The government has dismissed peers’ calls for the urgent scaling back of the Legal Services Board and described current arrangements as ‘fit for purpose’.

Baroness Deech, chair of the Bar Standards Board, yesterday told a House of Lords debate the self-regulator had gone beyond its remit and worked against mobility and diversity in the legal profession.

She argued that the LSB simply added to the ‘maze of regulation’ created by the Legal Services Act and duplicated the work of other regulators.

But, speaking on behalf of the government, Lord Ahmad of Wimbledon said it would be at least three years until significant changes are contemplated, following a review of the LSB earlier this year.

‘The reforms enabled by the Legal Services Act have provided a proportionate and effective regulatory regime that remains, currently, fit for purpose,’ he added.

‘While it is still relatively early to assess the full impact of the LSB, its functions are still needed and should continue to be delivered in their current form.’

Deech won the support of several other peers in her call for more immediate evaluation of the LSB.

She said barristers in criminal and family law were seriously affected by the built-in cost of regulation as payment had to come out of their own pockets.

When the Legal Services Bill was introduced in 2006, she continued, the annual running costs of the LSB were estimated at £3.6m.
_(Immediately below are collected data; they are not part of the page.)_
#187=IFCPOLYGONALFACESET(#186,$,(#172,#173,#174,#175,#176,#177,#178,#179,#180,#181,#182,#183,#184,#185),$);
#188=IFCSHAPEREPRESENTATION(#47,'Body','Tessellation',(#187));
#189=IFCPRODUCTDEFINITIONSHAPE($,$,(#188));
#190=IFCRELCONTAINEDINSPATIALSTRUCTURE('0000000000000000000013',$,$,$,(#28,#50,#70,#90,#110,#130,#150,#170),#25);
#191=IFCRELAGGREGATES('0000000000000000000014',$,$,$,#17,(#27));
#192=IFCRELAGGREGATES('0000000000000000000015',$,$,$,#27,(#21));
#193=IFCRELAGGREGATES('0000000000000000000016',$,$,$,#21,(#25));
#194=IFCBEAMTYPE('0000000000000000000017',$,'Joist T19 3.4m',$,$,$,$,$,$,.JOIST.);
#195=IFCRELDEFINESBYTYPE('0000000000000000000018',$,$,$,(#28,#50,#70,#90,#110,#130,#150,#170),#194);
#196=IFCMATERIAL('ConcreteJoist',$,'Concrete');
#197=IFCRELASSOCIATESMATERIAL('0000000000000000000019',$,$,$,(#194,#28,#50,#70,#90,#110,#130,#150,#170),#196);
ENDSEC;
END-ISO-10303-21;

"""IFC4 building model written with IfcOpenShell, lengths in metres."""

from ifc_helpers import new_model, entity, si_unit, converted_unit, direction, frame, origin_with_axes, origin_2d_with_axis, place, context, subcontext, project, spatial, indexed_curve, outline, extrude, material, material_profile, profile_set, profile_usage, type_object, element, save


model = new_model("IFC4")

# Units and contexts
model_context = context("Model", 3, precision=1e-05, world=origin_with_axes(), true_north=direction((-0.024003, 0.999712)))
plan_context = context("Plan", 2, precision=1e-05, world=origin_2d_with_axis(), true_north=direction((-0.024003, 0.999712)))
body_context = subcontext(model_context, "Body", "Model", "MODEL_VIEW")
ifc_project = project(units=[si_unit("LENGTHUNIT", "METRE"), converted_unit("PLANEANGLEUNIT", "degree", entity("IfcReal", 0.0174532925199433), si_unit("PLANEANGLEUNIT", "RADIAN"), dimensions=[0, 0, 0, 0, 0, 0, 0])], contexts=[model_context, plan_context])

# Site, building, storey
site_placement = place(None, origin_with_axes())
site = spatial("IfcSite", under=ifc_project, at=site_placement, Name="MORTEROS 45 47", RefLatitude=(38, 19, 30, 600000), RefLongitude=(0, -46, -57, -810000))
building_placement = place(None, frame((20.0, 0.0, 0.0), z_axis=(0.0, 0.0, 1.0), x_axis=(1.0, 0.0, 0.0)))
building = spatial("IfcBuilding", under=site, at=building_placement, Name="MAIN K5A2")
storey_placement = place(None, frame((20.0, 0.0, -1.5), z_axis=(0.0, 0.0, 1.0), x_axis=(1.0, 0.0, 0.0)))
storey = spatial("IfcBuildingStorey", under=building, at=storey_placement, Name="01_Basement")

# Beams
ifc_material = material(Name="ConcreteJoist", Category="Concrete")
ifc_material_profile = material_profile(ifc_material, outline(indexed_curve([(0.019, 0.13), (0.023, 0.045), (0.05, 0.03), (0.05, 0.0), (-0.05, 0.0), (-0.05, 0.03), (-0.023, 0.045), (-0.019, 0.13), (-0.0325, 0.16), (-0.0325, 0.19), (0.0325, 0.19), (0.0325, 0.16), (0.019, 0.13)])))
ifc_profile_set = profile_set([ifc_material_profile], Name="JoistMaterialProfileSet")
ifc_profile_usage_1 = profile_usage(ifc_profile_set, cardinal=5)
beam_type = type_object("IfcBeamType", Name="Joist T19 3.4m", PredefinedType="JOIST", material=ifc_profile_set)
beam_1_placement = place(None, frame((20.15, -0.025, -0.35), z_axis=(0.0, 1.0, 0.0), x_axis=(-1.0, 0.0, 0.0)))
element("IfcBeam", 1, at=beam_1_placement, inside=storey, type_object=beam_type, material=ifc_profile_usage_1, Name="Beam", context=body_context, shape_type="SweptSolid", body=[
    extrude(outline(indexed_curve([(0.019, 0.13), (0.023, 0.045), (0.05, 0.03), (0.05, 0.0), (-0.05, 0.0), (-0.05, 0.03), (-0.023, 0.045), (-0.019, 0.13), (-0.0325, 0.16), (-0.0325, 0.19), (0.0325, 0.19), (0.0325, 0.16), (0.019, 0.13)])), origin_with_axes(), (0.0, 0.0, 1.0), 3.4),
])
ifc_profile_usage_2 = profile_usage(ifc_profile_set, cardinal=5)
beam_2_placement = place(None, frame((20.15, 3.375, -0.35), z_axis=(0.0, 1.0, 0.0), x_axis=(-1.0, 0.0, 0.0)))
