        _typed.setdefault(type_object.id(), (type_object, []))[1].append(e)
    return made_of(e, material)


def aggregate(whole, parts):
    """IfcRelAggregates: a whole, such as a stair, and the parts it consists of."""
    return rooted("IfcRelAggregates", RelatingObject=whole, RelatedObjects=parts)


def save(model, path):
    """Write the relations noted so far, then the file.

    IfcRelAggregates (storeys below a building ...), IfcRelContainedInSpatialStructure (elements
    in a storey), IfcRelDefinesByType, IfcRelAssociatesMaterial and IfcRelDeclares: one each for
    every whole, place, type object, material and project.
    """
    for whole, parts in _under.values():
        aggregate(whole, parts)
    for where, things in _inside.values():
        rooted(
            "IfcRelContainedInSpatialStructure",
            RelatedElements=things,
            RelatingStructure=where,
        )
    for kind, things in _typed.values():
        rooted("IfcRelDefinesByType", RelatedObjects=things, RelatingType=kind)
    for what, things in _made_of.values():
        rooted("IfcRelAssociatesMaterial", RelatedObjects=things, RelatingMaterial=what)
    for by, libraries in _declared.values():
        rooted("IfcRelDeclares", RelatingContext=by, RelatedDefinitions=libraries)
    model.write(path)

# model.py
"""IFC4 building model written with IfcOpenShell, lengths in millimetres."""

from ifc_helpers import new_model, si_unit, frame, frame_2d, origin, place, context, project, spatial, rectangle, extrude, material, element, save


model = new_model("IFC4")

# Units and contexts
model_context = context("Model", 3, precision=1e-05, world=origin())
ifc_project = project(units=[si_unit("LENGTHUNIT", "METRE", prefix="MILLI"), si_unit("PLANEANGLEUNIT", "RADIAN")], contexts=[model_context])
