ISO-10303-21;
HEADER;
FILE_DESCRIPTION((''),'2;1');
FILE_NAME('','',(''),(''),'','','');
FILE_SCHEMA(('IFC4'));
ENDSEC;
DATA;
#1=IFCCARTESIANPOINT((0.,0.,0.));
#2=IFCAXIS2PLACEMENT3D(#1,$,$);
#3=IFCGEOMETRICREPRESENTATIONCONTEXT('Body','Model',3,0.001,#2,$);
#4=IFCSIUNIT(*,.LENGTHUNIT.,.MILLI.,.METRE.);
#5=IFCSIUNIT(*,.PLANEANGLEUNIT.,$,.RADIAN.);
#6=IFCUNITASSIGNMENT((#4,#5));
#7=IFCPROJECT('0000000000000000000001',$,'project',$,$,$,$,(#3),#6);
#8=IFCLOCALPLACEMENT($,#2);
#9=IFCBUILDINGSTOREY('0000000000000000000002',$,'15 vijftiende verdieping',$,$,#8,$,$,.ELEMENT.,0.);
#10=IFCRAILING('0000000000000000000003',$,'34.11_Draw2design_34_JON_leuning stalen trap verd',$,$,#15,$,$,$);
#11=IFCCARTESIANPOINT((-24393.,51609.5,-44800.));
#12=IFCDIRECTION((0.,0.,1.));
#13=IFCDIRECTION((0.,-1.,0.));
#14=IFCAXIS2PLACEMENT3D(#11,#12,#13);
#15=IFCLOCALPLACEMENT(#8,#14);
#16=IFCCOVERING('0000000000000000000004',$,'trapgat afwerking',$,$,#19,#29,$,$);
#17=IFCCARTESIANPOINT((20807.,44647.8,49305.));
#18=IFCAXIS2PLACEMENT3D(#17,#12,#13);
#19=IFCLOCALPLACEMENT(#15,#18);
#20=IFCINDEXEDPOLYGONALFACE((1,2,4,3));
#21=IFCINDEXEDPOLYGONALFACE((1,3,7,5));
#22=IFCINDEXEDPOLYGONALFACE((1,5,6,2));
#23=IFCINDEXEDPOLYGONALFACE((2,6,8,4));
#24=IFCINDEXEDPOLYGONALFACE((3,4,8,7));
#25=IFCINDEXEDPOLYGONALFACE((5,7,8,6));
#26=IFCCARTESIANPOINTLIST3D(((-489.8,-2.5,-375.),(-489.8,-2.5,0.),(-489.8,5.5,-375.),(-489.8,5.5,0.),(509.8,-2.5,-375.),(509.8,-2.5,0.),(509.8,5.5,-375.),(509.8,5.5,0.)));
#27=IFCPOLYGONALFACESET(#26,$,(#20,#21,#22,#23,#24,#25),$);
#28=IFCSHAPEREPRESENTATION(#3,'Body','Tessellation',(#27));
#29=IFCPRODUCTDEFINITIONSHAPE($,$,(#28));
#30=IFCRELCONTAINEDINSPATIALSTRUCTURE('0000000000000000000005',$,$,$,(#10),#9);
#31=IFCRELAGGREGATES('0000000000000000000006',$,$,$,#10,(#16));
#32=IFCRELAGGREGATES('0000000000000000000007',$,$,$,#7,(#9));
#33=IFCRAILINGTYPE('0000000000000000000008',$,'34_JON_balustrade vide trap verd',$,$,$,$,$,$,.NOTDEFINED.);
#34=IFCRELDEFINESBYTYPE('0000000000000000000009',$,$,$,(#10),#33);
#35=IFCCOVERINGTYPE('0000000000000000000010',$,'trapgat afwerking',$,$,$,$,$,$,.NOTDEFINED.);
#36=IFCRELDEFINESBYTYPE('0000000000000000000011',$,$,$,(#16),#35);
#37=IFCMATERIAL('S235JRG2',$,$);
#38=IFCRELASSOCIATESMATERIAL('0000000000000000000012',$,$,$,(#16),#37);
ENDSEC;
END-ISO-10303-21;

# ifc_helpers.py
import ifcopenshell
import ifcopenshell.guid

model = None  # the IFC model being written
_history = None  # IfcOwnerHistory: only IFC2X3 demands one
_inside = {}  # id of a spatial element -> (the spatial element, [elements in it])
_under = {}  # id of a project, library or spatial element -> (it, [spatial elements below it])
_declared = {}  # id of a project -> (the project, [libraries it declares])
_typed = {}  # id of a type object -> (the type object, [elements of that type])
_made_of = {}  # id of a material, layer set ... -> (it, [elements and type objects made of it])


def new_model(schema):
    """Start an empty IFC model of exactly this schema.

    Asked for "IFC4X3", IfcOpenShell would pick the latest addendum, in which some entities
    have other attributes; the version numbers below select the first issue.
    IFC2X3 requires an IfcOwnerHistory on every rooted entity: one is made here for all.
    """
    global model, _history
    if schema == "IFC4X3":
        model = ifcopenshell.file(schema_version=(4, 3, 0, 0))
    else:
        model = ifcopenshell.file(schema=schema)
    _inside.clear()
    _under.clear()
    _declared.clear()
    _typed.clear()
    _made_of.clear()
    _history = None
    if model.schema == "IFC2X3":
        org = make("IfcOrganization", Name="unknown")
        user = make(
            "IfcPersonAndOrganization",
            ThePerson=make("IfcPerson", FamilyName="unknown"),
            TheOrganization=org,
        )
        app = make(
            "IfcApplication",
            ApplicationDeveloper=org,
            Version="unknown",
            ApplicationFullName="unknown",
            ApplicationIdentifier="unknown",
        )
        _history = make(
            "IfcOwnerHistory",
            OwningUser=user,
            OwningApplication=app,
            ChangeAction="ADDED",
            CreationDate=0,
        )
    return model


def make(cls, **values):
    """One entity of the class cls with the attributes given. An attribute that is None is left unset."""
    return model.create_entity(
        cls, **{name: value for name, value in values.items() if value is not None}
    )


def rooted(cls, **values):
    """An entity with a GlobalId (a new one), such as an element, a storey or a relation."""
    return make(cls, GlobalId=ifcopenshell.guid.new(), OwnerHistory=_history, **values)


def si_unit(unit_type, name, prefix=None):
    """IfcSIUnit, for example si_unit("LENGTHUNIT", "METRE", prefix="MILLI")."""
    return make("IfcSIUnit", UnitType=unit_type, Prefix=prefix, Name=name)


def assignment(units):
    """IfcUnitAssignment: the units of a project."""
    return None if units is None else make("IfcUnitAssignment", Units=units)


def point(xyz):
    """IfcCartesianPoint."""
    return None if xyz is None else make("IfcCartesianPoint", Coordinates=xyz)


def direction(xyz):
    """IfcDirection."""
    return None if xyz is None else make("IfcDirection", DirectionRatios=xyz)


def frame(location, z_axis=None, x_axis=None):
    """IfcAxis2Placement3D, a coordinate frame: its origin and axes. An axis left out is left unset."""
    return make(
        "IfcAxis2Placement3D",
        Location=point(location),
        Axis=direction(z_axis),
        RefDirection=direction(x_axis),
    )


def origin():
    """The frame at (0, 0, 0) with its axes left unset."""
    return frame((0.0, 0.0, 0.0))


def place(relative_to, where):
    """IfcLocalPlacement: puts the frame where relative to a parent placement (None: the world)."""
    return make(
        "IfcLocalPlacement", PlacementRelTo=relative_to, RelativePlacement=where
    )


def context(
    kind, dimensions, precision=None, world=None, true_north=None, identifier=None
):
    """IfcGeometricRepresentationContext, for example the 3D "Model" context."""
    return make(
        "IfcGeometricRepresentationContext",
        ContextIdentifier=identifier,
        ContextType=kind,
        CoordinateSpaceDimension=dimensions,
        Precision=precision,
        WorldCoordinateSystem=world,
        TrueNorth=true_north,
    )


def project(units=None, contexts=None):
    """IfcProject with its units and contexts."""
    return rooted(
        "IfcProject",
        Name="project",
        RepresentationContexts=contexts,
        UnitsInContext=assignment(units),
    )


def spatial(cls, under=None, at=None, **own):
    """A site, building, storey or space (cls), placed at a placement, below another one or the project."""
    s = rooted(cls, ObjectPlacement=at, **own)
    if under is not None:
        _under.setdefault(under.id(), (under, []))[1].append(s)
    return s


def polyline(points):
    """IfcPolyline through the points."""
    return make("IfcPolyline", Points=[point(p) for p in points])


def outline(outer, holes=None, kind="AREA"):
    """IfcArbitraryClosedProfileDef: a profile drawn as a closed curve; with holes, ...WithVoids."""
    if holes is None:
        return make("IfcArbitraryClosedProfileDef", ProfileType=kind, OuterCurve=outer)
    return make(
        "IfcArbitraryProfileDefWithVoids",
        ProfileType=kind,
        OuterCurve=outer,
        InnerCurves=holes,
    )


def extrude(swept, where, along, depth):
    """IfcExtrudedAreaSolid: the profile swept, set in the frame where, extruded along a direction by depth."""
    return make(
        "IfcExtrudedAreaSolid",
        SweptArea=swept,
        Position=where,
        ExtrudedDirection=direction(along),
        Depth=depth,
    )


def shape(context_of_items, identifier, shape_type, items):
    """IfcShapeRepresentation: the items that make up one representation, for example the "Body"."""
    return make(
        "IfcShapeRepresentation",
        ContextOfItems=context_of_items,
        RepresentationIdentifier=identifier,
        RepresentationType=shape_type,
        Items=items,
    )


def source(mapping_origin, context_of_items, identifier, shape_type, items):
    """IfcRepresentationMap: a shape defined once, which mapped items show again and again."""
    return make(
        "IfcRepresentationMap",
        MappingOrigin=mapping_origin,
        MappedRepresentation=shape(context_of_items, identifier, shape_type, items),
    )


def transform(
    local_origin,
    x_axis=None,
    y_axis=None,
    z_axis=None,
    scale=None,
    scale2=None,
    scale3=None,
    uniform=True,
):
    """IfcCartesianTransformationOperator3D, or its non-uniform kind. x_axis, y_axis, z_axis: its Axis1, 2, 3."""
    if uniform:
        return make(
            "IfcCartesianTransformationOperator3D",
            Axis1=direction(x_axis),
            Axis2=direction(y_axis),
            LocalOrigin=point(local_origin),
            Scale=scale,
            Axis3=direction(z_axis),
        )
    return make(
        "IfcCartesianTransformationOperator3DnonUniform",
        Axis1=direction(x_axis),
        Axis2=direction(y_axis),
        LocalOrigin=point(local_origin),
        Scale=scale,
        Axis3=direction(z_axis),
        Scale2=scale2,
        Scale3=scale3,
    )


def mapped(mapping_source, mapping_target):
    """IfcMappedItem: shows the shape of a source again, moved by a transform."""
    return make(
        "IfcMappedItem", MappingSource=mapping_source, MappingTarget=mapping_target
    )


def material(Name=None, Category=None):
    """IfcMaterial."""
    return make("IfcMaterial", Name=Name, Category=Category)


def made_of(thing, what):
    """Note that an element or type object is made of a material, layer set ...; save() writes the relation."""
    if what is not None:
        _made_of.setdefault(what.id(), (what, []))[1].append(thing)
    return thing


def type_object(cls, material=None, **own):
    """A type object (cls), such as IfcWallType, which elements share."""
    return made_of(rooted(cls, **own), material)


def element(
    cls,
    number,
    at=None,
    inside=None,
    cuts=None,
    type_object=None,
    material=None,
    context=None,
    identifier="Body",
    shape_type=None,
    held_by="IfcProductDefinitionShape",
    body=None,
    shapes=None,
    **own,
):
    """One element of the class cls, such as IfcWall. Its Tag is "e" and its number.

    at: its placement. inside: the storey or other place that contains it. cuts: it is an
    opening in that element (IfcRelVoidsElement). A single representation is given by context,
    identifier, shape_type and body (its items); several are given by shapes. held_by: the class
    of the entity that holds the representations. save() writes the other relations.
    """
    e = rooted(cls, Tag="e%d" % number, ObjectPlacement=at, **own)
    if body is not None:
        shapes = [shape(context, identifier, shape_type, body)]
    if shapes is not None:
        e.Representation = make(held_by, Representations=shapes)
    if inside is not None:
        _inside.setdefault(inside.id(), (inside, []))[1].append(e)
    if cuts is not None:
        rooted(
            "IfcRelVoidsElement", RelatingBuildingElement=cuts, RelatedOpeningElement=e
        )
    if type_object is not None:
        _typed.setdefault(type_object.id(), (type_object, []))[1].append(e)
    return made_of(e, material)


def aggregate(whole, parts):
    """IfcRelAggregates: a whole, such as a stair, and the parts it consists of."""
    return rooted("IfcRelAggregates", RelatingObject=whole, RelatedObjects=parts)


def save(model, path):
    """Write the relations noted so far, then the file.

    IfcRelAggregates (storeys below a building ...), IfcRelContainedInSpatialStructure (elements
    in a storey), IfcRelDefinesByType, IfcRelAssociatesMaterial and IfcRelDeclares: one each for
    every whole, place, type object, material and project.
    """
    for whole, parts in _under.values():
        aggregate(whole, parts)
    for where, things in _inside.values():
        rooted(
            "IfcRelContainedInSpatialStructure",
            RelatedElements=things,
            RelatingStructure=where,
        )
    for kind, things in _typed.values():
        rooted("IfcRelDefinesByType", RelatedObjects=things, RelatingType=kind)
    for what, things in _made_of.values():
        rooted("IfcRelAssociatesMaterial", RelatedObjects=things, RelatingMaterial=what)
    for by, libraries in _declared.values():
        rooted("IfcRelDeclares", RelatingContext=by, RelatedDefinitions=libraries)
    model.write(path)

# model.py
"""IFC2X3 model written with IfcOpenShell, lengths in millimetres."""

from ifc_helpers import new_model, si_unit, frame, origin, place, context, project, spatial, polyline, outline, extrude, source, transform, mapped, material, type_object, element, aggregate, save


model = new_model("IFC2X3")

# Units and contexts
model_context = context("Model", 3, precision=0.001, world=origin(), identifier="Body")
ifc_project = project(units=[si_unit("LENGTHUNIT", "METRE", prefix="MILLI"), si_unit("PLANEANGLEUNIT", "RADIAN")], contexts=[model_context])

# Storey
storey_placement = place(None, origin())
storey = spatial("IfcBuildingStorey", under=ifc_project, at=storey_placement, Name="15 vijftiende verdieping", CompositionType="ELEMENT", Elevation=0.0)

# Railing, covering
railing_type = type_object("IfcRailingType", Name="34_JON_balustrade vide trap verd")
railing_placement = place(storey_placement, frame((-24393.0, 51609.5, -44800.0), z_axis=(0.0, 0.0, 1.0), x_axis=(0.0, -1.0, 0.0)))
railing = element("IfcRailing", 1, at=railing_placement, inside=storey, type_object=railing_type, Name="34.11_Draw2design_34_JON_leuning stalen trap verd")
ifc_material_1 = material(Name="S235JRG2")
covering_type = type_object("IfcCoveringType", Name="trapgat afwerking")
shared_shape_1 = source(origin(), model_context, "Body", "SweptSolid", [
    extrude(outline(polyline([(-489.8, -2.5), (509.8, -2.5), (509.8, 5.5), (-489.8, 5.5), (-489.8, -2.5)])), origin(), (0.0, 0.0, -1.0), 375.0),
])
covering_placement = place(railing_placement, frame((20807.0, 44647.8, 49305.0), z_axis=(0.0, 0.0, 1.0), x_axis=(0.0, -1.0, 0.0)))
covering = element("IfcCovering", 2, at=covering_placement, type_object=covering_type, material=ifc_material_1, Name="trapgat afwerking", context=model_context, shape_type="MappedRepresentation", body=[
    mapped(shared_shape_1, transform((0.0, 0.0, 0.0), scale=1.0)),
])
aggregate(railing, [covering])

save(model, "model.ifc")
The total now borne by the entire legal profession is now up to £19.5m.

Deech said the super-regulator had also imposed too many new rules, including chambers having to collect data on barristers’ sexual orientation and economic status, and barristers having to give criminal clients written advice on how to make complaints when they first meet them in a cell.

Deech added: ‘At this stage in the implementation of the act and the introduction of alternative business structures, there remains a role for the LSB, but not many more years should pass without an overhaul of the complications introduced by the act in establishing a super-regulator.

‘I hope that the lord chancellor and the Ministry of Justice will start a discussion with the profession and identify a simpler, cheaper and more balanced future.’